Sometimes, the word ‘lipid’ is used as a synonym for fats. However, it should be noted that fats are actually a sub-group of lipids that are known as triglycerides. Therefore, the two should not be confused. Although, the human body uses the diverse biosynthetic pathways to both synthesize and breakdown lipids, there are some essential lipids that are incapable of being manufactured this way and must therefore be gotten from the diet.
Classification of Lipids
Although they share some universal properties and characteristics, there are some lipids that however display unique feature, properties or characteristics. For instance, lipids do not display a similar molecular structure. Therefore, it is only logical that lipids are subdivided into several classifications based on these unique characteristics and properties to enable easier study of them. L
Lipids can be classified into 3 main groups and these are:
- Triglycerides
- Steroids
- Phospholipids
Triglycerides
A triglyceride is essentially an ester that is derived from the combination of a glycerol molecule and three fatty acid molecules. The triglycerides are of varying types and depending on their oil source, some of them are highly unsaturated while other are only minimally unsaturated. Saturation means that all available bonding spaces on each carbon atoms at filled with hydrogen atoms. Unsaturated compounds usually have a double bond existing between two carbon atoms which therefore lead to unsaturation.
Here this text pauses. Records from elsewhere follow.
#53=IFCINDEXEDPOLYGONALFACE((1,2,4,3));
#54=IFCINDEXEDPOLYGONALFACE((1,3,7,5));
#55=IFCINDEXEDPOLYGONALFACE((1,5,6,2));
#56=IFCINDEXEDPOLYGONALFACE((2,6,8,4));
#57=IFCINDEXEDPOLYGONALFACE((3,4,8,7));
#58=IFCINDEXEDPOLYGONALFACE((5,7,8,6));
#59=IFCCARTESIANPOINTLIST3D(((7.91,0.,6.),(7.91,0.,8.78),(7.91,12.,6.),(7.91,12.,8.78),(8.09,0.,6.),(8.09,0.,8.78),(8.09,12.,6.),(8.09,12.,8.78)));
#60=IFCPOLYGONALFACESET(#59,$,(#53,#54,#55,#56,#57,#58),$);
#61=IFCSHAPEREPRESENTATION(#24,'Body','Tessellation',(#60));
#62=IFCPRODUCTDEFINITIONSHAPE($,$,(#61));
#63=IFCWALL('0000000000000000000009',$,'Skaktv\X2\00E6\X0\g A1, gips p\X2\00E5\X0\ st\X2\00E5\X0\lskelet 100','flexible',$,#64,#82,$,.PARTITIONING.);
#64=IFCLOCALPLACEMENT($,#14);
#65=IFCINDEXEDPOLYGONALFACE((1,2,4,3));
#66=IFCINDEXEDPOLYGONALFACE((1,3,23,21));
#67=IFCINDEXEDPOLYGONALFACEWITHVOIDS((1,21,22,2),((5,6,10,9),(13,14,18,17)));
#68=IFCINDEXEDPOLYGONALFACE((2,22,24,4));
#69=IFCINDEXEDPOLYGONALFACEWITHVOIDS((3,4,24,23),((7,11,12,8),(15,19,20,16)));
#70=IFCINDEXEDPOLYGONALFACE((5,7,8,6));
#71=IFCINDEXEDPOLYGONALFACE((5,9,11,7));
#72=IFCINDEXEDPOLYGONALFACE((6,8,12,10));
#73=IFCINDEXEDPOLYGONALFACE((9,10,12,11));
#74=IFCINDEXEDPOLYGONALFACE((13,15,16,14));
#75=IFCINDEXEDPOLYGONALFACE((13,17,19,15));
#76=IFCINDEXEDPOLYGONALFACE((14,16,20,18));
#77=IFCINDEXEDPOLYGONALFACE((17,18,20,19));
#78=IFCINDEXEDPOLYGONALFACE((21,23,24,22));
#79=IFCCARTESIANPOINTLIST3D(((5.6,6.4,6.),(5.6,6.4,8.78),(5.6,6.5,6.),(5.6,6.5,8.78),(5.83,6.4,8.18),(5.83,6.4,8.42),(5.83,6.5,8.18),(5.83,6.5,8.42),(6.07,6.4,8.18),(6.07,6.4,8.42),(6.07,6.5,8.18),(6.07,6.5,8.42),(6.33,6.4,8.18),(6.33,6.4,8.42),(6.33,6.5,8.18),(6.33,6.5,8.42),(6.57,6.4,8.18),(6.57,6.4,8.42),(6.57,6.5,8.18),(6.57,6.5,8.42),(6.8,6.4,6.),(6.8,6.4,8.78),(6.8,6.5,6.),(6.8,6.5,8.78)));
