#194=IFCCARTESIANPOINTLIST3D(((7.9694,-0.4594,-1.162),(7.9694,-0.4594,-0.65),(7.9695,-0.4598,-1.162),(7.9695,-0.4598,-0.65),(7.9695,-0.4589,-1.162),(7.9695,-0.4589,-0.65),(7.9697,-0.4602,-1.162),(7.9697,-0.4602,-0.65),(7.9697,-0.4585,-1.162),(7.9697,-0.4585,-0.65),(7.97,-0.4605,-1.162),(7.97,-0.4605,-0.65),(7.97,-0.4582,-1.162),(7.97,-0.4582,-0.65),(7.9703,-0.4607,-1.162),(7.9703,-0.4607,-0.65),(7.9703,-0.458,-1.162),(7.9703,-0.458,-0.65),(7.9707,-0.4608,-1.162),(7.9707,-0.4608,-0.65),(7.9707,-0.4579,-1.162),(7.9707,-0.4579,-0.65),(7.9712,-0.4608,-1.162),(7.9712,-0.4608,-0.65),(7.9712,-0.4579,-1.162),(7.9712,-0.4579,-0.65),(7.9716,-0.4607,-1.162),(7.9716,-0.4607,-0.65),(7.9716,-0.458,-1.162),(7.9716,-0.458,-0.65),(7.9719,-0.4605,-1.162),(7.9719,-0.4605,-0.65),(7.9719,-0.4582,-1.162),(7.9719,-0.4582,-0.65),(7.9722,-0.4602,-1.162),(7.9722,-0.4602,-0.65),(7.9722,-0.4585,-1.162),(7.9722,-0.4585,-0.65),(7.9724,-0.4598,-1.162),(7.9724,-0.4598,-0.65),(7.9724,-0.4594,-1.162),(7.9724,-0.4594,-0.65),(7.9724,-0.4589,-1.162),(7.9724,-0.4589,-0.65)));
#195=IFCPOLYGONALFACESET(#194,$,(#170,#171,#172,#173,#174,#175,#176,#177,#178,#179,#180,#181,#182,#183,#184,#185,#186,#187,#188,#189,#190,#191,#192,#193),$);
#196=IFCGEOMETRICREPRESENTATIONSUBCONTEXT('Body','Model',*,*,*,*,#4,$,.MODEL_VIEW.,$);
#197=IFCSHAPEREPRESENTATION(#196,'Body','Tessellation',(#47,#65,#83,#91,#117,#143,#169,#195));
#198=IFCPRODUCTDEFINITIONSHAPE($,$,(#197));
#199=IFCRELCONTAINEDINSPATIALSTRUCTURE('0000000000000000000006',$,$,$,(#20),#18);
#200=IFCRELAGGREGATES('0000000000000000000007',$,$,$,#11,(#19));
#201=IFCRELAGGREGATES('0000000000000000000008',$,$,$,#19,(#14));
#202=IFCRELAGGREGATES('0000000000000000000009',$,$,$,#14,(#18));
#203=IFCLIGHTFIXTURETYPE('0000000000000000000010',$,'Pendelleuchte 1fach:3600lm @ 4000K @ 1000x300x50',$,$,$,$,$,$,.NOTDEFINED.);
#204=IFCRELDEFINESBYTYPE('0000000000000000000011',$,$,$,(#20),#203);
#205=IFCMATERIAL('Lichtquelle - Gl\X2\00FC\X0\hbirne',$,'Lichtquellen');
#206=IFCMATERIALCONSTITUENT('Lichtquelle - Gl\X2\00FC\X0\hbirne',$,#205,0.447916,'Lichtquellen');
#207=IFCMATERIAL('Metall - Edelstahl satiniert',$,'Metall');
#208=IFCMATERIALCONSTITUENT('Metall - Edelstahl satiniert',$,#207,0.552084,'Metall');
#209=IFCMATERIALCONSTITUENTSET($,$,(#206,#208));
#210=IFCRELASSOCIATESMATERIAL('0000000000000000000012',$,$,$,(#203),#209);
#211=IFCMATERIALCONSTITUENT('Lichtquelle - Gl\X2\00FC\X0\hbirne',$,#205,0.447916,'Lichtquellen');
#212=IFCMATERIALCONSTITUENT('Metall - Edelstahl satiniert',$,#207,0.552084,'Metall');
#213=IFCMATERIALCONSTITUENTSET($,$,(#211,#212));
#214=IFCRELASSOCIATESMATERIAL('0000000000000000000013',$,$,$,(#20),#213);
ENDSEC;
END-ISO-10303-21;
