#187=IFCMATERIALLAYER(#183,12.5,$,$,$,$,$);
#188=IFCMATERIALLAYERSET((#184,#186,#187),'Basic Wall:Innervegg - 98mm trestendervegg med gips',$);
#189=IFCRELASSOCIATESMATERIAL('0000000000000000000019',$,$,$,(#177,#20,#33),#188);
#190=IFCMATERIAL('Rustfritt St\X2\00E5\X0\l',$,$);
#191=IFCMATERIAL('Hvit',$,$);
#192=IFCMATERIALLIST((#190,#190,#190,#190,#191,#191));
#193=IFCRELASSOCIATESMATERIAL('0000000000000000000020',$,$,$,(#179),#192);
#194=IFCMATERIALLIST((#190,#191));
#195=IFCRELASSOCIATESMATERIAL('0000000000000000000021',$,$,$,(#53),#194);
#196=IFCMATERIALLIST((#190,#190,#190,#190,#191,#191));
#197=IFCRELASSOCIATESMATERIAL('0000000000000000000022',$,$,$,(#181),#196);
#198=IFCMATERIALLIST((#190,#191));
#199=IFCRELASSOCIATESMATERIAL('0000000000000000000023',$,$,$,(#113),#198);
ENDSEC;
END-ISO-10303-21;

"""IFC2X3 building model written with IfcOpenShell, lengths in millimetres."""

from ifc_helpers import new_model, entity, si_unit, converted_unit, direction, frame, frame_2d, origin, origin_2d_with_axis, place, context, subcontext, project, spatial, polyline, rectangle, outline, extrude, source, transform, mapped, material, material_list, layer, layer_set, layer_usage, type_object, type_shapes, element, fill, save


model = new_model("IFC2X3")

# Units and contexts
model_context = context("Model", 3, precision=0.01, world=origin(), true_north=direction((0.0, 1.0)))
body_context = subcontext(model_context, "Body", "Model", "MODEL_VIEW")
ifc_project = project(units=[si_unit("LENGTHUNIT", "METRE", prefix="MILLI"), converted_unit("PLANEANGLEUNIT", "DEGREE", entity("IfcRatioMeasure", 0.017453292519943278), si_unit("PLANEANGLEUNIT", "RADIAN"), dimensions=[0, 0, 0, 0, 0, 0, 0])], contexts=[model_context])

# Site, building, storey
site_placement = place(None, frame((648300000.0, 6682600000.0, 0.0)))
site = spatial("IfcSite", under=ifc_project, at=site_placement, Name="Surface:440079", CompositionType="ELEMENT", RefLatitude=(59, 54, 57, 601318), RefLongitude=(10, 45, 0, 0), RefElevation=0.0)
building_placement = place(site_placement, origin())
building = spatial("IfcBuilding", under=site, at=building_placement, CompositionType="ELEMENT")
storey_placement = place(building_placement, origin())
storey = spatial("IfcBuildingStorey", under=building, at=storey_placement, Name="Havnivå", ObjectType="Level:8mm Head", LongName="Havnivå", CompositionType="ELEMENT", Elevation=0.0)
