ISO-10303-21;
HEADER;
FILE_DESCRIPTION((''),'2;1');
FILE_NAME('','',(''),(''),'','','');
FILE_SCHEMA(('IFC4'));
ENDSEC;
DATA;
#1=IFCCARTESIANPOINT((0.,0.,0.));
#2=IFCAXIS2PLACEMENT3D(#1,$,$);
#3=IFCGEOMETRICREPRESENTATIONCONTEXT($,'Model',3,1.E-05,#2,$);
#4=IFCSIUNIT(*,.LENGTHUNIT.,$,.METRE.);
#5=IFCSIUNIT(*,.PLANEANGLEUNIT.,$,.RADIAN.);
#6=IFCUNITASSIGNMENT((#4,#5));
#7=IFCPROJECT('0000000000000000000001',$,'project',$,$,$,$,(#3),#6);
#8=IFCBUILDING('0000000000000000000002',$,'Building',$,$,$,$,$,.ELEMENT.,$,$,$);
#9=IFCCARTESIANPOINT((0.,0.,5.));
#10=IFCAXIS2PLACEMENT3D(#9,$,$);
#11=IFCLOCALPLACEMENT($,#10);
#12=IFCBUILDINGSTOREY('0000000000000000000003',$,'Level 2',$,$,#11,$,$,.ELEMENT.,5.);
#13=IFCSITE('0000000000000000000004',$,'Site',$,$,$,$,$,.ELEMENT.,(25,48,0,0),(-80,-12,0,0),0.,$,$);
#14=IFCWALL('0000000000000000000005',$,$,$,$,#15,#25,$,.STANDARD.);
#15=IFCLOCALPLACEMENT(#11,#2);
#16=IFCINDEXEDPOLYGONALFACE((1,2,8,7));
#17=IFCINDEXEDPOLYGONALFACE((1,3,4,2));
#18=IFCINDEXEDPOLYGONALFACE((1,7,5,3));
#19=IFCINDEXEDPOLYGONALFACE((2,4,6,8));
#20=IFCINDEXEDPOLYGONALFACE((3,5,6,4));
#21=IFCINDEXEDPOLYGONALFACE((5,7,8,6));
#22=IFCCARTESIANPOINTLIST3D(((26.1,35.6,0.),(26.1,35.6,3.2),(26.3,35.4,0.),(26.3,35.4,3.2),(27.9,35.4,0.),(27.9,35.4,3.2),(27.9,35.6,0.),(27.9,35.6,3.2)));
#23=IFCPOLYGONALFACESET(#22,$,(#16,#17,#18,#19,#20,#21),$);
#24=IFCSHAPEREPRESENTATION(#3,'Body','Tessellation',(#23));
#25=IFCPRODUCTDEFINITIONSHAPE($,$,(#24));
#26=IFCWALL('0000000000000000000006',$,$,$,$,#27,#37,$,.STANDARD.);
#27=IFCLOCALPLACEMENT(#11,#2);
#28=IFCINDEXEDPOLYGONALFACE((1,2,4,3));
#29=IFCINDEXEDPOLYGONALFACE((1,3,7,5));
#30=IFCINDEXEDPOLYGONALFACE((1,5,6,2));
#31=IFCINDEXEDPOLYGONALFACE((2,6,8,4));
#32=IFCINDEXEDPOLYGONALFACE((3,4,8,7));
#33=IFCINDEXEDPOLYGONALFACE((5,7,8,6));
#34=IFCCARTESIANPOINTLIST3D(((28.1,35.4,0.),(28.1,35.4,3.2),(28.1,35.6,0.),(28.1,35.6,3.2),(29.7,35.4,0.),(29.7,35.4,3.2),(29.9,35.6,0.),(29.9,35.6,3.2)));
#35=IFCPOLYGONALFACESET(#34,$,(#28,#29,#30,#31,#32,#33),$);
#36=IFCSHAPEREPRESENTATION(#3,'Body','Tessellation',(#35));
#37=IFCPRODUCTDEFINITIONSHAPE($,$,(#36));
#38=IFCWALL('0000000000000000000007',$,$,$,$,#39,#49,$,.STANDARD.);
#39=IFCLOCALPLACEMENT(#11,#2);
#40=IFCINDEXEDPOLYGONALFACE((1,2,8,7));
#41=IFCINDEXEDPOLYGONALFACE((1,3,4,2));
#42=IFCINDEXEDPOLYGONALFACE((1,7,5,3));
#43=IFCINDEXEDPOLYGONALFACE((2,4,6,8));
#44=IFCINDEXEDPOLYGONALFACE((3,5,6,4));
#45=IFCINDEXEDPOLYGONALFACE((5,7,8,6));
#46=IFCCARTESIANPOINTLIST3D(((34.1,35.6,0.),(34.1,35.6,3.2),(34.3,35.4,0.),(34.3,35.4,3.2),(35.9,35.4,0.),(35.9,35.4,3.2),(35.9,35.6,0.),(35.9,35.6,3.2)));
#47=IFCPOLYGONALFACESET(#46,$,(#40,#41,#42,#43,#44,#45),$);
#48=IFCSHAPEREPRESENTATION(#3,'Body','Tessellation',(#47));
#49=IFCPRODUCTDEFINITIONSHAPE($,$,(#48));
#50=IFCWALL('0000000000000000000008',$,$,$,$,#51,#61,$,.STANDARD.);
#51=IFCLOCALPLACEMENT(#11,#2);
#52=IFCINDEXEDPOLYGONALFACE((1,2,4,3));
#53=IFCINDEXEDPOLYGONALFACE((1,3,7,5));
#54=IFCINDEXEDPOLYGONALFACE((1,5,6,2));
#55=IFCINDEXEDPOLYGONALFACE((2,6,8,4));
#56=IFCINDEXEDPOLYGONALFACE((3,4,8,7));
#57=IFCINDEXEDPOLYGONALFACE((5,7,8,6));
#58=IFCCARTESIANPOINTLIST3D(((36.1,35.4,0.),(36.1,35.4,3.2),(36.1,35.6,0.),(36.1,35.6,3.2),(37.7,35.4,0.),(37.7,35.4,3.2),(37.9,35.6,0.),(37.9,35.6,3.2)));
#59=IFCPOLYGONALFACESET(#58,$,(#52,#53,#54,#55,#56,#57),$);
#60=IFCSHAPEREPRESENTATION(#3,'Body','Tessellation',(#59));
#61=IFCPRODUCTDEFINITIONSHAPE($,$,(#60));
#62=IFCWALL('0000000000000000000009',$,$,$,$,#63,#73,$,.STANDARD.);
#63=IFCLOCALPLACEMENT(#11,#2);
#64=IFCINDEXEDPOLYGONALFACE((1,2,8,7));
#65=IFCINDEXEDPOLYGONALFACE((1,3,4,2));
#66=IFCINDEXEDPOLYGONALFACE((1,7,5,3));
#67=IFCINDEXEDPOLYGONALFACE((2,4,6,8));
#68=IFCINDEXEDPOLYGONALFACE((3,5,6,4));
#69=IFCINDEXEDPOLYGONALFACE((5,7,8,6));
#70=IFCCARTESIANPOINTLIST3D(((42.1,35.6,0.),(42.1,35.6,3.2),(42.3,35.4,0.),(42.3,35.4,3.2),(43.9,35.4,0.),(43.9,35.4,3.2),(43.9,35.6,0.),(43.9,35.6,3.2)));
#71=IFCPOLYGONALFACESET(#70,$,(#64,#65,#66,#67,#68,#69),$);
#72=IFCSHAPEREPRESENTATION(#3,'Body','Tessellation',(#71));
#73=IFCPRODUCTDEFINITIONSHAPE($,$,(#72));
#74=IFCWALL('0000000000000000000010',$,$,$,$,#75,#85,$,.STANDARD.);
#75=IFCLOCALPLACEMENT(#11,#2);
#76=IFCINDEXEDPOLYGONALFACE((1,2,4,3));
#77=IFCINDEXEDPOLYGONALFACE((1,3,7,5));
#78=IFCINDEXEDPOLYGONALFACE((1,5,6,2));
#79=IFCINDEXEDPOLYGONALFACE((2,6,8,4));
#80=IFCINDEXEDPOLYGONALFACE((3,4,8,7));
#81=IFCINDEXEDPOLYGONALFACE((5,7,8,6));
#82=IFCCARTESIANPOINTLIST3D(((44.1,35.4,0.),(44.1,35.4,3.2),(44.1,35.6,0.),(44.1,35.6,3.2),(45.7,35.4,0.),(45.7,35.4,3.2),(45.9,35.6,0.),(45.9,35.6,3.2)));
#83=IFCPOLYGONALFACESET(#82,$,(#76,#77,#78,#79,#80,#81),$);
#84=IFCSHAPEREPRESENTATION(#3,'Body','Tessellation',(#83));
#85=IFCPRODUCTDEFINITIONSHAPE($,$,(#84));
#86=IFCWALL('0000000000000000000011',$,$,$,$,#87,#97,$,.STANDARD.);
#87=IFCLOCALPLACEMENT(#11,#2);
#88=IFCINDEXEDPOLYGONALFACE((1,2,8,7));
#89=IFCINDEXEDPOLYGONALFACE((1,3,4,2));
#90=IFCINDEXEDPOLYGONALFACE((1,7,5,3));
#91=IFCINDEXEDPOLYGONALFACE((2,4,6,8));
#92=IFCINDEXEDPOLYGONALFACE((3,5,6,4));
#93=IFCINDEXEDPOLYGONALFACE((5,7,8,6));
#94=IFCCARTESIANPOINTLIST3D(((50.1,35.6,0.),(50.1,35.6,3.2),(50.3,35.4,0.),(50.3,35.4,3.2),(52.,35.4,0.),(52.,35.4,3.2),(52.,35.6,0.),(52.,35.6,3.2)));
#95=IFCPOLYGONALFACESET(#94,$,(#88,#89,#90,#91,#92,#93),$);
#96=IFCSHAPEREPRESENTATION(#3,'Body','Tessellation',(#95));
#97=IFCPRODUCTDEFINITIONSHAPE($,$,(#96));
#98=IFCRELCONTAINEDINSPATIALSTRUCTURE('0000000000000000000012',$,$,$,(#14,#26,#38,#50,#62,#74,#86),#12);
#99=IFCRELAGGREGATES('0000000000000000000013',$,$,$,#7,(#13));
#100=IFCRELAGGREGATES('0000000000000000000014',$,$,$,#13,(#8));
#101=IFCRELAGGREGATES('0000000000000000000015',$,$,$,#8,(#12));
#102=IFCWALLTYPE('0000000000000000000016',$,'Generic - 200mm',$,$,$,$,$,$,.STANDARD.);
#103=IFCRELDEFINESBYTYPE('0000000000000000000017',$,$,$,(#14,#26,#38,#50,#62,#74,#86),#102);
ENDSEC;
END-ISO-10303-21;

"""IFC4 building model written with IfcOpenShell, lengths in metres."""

from ifc_helpers import new_model, si_unit, frame, origin, place, context, project, spatial, polyline, outline, extrude, type_object, element, save


model = new_model("IFC4")

# Units and contexts
model_context = context("Model", 3, precision=1e-05, world=origin())
ifc_project = project(units=[si_unit("LENGTHUNIT", "METRE"), si_unit("PLANEANGLEUNIT", "RADIAN")], contexts=[model_context])

# Site, building, storey
site = spatial("IfcSite", under=ifc_project, Name="Site", CompositionType="ELEMENT", RefLatitude=(25, 48, 0, 0), RefLongitude=(-80, -12, 0, 0), RefElevation=0.0)
building = spatial("IfcBuilding", under=site, Name="Building", CompositionType="ELEMENT")
storey_placement = place(None, frame((0.0, 0.0, 5.0)))
storey = spatial("IfcBuildingStorey", under=building, at=storey_placement, Name="Level 2", CompositionType="ELEMENT", Elevation=5.0)

# Shared definitions
wall_type = type_object("IfcWallType", Name="Generic - 200mm", PredefinedType="STANDARD")

# Walls
wall_1_placement = place(None, frame((26.2, 35.5, 5.0), z_axis=(0.0, 0.0, 1.0), x_axis=(1.0, 0.0, 0.0)))
element("IfcWall", 1, at=wall_1_placement, inside=storey, type_object=wall_type, PredefinedType="STANDARD", context=model_context, shape_type="SweptSolid", body=[
    extrude(outline(polyline([(0.1, -0.1), (1.7, -0.1), (1.7, 0.1), (-0.1, 0.1), (0.1, -0.1)])), origin(), (0.0, 0.0, 1.0), 3.2),
])
wall_2_placement = place(None, frame((29.8, 35.5, 5.0), z_axis=(0.0, 0.0, 1.0), x_axis=(-1.0, 0.0, 0.0)))
element("IfcWall", 2, at=wall_2_placement, inside=storey, type_object=wall_type, PredefinedType="STANDARD", context=model_context, shape_type="SweptSolid", body=[
    extrude(outline(polyline([(-0.1, -0.1), (1.7, -0.1), (1.7, 0.1), (0.1, 0.1), (-0.1, -0.1)])), origin(), (0.0, 0.0, 1.0), 3.2),
])
wall_3_placement = place(None, frame((34.2, 35.5, 5.0), z_axis=(0.0, 0.0, 1.0), x_axis=(1.0, 0.0, 0.0)))
element("IfcWall", 3, at=wall_3_placement, inside=storey, type_object=wall_type, PredefinedType="STANDARD", context=model_context, shape_type="SweptSolid", body=[
    extrude(outline(polyline([(0.1, -0.1), (1.7, -0.1), (1.7, 0.1), (-0.1, 0.1), (0.1, -0.1)])), origin(), (0.0, 0.0, 1.0), 3.2),
])
wall_4_placement = place(None, frame((37.8, 35.5, 5.0), z_axis=(0.0, 0.0, 1.0), x_axis=(-1.0, 0.0, 0.0)))
element("IfcWall", 4, at=wall_4_placement, inside=storey, type_object=wall_type, PredefinedType="STANDARD", context=model_context, shape_type="SweptSolid", body=[
    extrude(outline(polyline([(-0.1, -0.1), (1.7, -0.1), (1.7, 0.1), (0.1, 0.1), (-0.1, -0.1)])), origin(), (0.0, 0.0, 1.0), 3.2),
])
wall_5_placement = place(None, frame((42.2, 35.5, 5.0), z_axis=(0.0, 0.0, 1.0), x_axis=(1.0, 0.0, 0.0)))
element("IfcWall", 5, at=wall_5_placement, inside=storey, type_object=wall_type, PredefinedType="STANDARD", context=model_context, shape_type="SweptSolid", body=[
    extrude(outline(polyline([(0.1, -0.1), (1.7, -0.1), (1.7, 0.1), (-0.1, 0.1), (0.1, -0.1)])), origin(), (0.0, 0.0, 1.0), 3.2),
])
wall_6_placement = place(None, frame((45.8, 35.5, 5.0), z_axis=(0.0, 0.0, 1.0), x_axis=(-1.0, 0.0, 0.0)))
element("IfcWall", 6, at=wall_6_placement, inside=storey, type_object=wall_type, PredefinedType="STANDARD", context=model_context, shape_type="SweptSolid", body=[
    extrude(outline(polyline([(-0.1, -0.1), (1.7, -0.1), (1.7, 0.1), (0.1, 0.1), (-0.1, -0.1)])), origin(), (0.0, 0.0, 1.0), 3.2),
])
wall_7_placement = place(None, frame((50.2, 35.5, 5.0), z_axis=(0.0, 0.0, 1.0), x_axis=(1.0, 0.0, 0.0)))
element("IfcWall", 7, at=wall_7_placement, inside=storey, type_object=wall_type, PredefinedType="STANDARD", context=model_context, shape_type="SweptSolid", body=[
    extrude(outline(polyline([(0.1, -0.1), (1.8, -0.1), (1.8, 0.1), (-0.1, 0.1), (0.1, -0.1)])), origin(), (0.0, 0.0, 1.0), 3.2),
])

save(model, "model.ifc")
As mentioned earlier, triglycerides are usually formed by the combination of one molecule of glycerol and three molecules of fatty acids. In alcohols, there is the presence of a hydroxyl or a OH group. Organic acids on the other hand have a carboxyl or a COOH group. The organic acid and the alcohol combine to form an ester. The glycerol group usually has a three HO- groups while each fatty acid has a COOH or a carboxyl group. In triglycerides, the glycerol’s hydroxyl groups join the fatty acids carboxyl group to form ester bonds. This can be represented by the equation below.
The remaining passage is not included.